About this exercise
An exact repetition of all the entries that follow is required.
- Opening Delimiter -
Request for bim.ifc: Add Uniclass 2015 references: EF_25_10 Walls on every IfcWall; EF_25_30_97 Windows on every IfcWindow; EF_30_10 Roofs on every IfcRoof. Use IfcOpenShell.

First a look at what the model holds.

```python
import ifcopenshell

model = ifcopenshell.open("bim.ifc")
print(model.schema)
print("classifications:", [c.Name for c in model.by_type("IfcClassification")])
for ifc_class in ("IfcDoor", "IfcRoof", "IfcStair", "IfcWall", "IfcWindow"):
    print(ifc_class, len(model.by_type(ifc_class)))
```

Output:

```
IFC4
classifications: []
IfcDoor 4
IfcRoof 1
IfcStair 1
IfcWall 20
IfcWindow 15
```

```python
import ifcopenshell
import ifcopenshell.api.classification

model = ifcopenshell.open("bim.ifc")

system = ifcopenshell.api.classification.add_classification(model, classification="Uniclass 2015")

codes = {
    "IfcWall": ("EF_25_10", "Walls"),
    "IfcWindow": ("EF_25_30_97", "Windows"),
    "IfcRoof": ("EF_30_10", "Roofs"),
}
for ifc_class, (code, name) in codes.items():
    products = model.by_type(ifc_class)
    ifcopenshell.api.classification.add_reference(
        model, products=products, classification=system, identification=code, name=name
    )
    print(code, len(products))

model.write("bim_updated.ifc")
```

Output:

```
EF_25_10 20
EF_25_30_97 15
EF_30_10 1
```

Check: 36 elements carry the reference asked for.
- Closing Delimiter -
Written answer
Request for bim.ifc: Add Uniclass 2015 references: EF_25_10 Walls on every IfcWall; EF_25_30_97 Windows on every IfcWindow; EF_30_10 Roofs on every IfcRoof. Use IfcOpenShell.

First a look at what the model holds.

```python
import ifcopenshell

model = ifcopenshell.open("bim.ifc")
print(model.schema)
print("classifications:", [c.Name for c in model.by_type("IfcClassification")])
for ifc_class in ("IfcDoor", "IfcRoof", "IfcStair", "IfcWall", "IfcWindow"):
    print(ifc_class, len(model.by_type(ifc_class)))
```

Output:

```
IFC4
classifications: []
IfcDoor 4
IfcRoof 1
IfcStair 1
IfcWall 20
IfcWindow 15
```

```python
import ifcopenshell
import ifcopenshell.api.classification

model = ifcopenshell.open("bim.ifc")

system = ifcopenshell.api.classification.add_classification(model, classification="Uniclass 2015")

codes = {
    "IfcWall": ("EF_25_10", "Walls"),
    "IfcWindow": ("EF_25_30_97", "Windows"),
    "IfcRoof": ("EF_30_10", "Roofs"),
}
for ifc_class, (code, name) in codes.items():
    products = model.by_type(ifc_class)
    ifcopenshell.api.classification.add_reference(
        model, products=products, classification=system, identification=code, name=name
    )
    print(code, len(products))

model.write("bim_updated.ifc")
```

Output:

```
EF_25_10 20
EF_25_30_97 15
EF_30_10 1
```

Check: 36 elements carry the reference asked for.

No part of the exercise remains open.